As the battles in Syria increased in intensity, the political discourse of jihadists in Lebanon further polarised, with religious motivations coming to the fore. “Religious arguments are often used to appeal to the masses,” says Shiite cleric Sayed Hani Fahs.

Lebanese sheikhs on both sides of the divide have relied on religious text to provide a rationale for their call for Jihad, which is mentioned over 150 times in the Quran, the sacred book of both Sunnis and Shiites.

“Jihad in Syria is an obligation for all Sunnis,” said Salafi Sheikh Omar Bakri, in a previous interview. While Hezbollah has not officially called for jihad, fighters such as unit commander Abou Ali have reported that “everyone who goes to fight in Syria has received a taklif sharii (a religious command).”

Militants from the capital Beirut, the Bekaa and Tripoli, both Shiites and Sunnis, have answered the call to fight in Syria. “Early this year, at least 100 [Sunni] men from North Lebanon were killed in Qalaat al Hosn, in Homs,” said a military source speaking on condition of anonymity. They belonged to Jund al Cham, an al-Qaeda style organisation.

On the other hand, security estimates point to the involvement of over 5,000 Hezbollah fighters in Syria. A source close to the militant organisation believes that at least 500 of its members have been killed in Syria.
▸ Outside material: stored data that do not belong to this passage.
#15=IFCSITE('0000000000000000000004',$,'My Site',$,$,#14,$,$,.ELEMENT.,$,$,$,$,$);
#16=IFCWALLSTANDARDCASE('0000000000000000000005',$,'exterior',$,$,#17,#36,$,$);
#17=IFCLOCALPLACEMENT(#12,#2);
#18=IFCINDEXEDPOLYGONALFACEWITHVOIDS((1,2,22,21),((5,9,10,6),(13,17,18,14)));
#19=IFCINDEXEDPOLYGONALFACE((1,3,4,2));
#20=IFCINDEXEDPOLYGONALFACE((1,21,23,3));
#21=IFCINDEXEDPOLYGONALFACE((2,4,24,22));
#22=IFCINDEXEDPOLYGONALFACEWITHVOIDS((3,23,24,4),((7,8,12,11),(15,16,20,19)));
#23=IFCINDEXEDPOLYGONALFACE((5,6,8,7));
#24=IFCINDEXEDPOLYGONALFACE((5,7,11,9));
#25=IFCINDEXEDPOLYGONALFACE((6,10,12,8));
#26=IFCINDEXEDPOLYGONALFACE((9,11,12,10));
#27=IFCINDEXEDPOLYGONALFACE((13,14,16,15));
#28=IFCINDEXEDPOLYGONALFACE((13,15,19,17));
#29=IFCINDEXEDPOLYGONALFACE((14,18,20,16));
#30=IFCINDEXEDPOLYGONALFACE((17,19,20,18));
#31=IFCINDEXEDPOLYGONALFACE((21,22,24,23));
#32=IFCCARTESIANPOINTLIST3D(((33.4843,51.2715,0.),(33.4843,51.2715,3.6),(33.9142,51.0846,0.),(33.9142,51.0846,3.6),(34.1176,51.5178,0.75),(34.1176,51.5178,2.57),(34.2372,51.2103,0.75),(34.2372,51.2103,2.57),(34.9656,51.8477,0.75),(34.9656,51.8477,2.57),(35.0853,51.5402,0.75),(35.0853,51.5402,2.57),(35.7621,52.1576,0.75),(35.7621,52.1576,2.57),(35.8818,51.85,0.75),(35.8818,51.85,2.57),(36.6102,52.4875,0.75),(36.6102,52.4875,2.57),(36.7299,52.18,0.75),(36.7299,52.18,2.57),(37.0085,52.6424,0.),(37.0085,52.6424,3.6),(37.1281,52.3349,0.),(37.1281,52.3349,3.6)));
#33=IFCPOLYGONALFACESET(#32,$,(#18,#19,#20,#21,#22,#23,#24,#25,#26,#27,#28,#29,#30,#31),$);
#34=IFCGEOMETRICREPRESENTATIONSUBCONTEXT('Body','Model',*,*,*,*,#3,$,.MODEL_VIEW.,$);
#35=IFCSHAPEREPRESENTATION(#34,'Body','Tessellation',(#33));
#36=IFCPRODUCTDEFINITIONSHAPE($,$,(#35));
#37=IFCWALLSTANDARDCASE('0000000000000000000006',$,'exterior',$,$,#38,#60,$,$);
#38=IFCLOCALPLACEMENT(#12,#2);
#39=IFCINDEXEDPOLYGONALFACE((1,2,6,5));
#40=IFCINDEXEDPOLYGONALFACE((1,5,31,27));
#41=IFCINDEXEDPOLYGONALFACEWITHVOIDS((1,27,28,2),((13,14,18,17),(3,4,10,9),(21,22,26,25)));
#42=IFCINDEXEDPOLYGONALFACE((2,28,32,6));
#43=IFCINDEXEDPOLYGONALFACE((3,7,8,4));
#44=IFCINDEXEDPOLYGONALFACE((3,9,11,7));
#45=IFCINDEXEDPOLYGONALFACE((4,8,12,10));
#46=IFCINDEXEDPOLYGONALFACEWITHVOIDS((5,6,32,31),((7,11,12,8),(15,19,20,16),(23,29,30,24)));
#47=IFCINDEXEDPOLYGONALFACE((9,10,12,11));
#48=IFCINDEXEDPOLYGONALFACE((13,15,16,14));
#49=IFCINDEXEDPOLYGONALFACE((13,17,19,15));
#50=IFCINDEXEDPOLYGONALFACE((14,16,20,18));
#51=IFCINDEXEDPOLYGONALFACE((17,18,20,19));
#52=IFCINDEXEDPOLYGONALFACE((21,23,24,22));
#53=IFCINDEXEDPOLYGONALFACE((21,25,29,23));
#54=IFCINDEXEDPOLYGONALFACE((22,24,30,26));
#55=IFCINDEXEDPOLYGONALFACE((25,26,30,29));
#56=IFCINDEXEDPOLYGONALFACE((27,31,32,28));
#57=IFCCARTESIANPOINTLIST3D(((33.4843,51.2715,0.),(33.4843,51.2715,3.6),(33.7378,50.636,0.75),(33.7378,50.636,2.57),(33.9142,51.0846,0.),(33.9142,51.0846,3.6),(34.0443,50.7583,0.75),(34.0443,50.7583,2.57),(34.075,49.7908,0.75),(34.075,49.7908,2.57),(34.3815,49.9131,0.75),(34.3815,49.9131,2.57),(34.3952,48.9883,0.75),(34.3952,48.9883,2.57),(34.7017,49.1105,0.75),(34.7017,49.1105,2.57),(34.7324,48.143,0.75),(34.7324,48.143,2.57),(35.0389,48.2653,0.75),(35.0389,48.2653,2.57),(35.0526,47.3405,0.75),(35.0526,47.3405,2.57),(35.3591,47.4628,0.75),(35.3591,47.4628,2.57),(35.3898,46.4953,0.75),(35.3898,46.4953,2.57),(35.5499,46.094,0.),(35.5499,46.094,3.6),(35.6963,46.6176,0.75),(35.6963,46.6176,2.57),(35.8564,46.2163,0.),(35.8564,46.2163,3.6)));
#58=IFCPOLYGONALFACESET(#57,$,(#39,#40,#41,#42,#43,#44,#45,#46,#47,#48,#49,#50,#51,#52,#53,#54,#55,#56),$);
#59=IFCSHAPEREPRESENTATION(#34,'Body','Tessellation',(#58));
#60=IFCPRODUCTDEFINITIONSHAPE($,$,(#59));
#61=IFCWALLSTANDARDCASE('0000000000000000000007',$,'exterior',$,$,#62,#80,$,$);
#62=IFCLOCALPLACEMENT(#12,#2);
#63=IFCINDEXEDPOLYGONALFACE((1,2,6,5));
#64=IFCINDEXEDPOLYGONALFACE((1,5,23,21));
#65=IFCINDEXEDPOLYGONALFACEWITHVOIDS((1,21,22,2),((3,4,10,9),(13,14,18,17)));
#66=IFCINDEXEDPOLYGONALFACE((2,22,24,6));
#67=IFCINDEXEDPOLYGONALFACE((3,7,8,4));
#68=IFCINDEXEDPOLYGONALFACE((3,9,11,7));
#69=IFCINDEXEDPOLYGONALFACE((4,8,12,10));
“My place is secured in heaven if I die [in Syria] and my family taken care of,” says Abou Ali, who has been deployed several times in Qussayr, Qalamoun and Damascus. Abou Ali, like many other fighters from Hezbollah, argues that he is defending his community, his religious beliefs and his sect’s dignity.

Sunni and Shiite religious narratives used in the Syrian war are reminiscent of an enmity over 14 centuries old. In several speeches, Hezbollah figures have revived fears rooted in the events that led to the Sunni/Shiite schism, invoking the protection of Shiite religious shrines, namely that of Sayyeda Zeinab, to justify their involvement in Syria. Zeinab was the daughter of Imam Ali, who is revered by Shiites, and Fatima, who was the daughter of prophet Muhammad.

“There is no better satisfaction than dying fighting to protect the religious shrine of Sit Zeynab,” says another Hezbollah fighter on condition of anonymity. This discourse has been reinforced in many Shiite minds by scenes of beheading perpetrated by rebel groups.

In a recent interview with a Free Syria Army fighter on the Lebanese border of the Syrian Qalamoun region, the fighter, a secular man, admitted that rebels often resorted to this tactic to make “an example of traitors”, regardless of whether they belonged to regime forces or to Hezbollah. For Shiites nonetheless, these beheadings are a stark reminder of the beheading of Hussein, Zeinab’s brother, during the Battle of Karbala.

Religious ideology has served as a magnet for both Shiite and Sunni fighters willing to give up their life for the Syrian “religious” cause.

A recent report by the International Centre for the Study of Radicalisation (ICSR) at King’s College in London put the number of foreign Sunni jihadists at about 10,000. The same can be said of Shiite fighters fuelling the war in Syria, which has attracted Shiites from Iraq, Lebanon and Yemen.

According to Michael Knights, an expert from the Washington Institute for Near East Policy (WINEP), a think tank that was spun off from the American Israel Public Affairs Committee (AIPAC), there are between 800 and 2,000 Iraqi Shiites in Syria which, including Hezbollah, would put the number of Shiite fighters at no less than 6,000 militants.

Armageddon ideology used in the Syria conflict has fanned Shiite-Sunni fires in Lebanon as well as across the region. Reducing the conflict there to a battle within Islam, as portrayed by jihadists on one side and by Hezbollah on the other, could portend a greater conflict that would wreak havoc in region where the Muslim divide runs deep, and religious identities prevail over nationalism.

“There is no difference between foreign jihadists and Hezbollah militants fighting in Syria, both are practising political terrorism,” says Sayed Fahs, who believes the only hope for both communities resides in replacing sectarianism by citizenship.

Mona Alami is a contributor to Inter Press Service.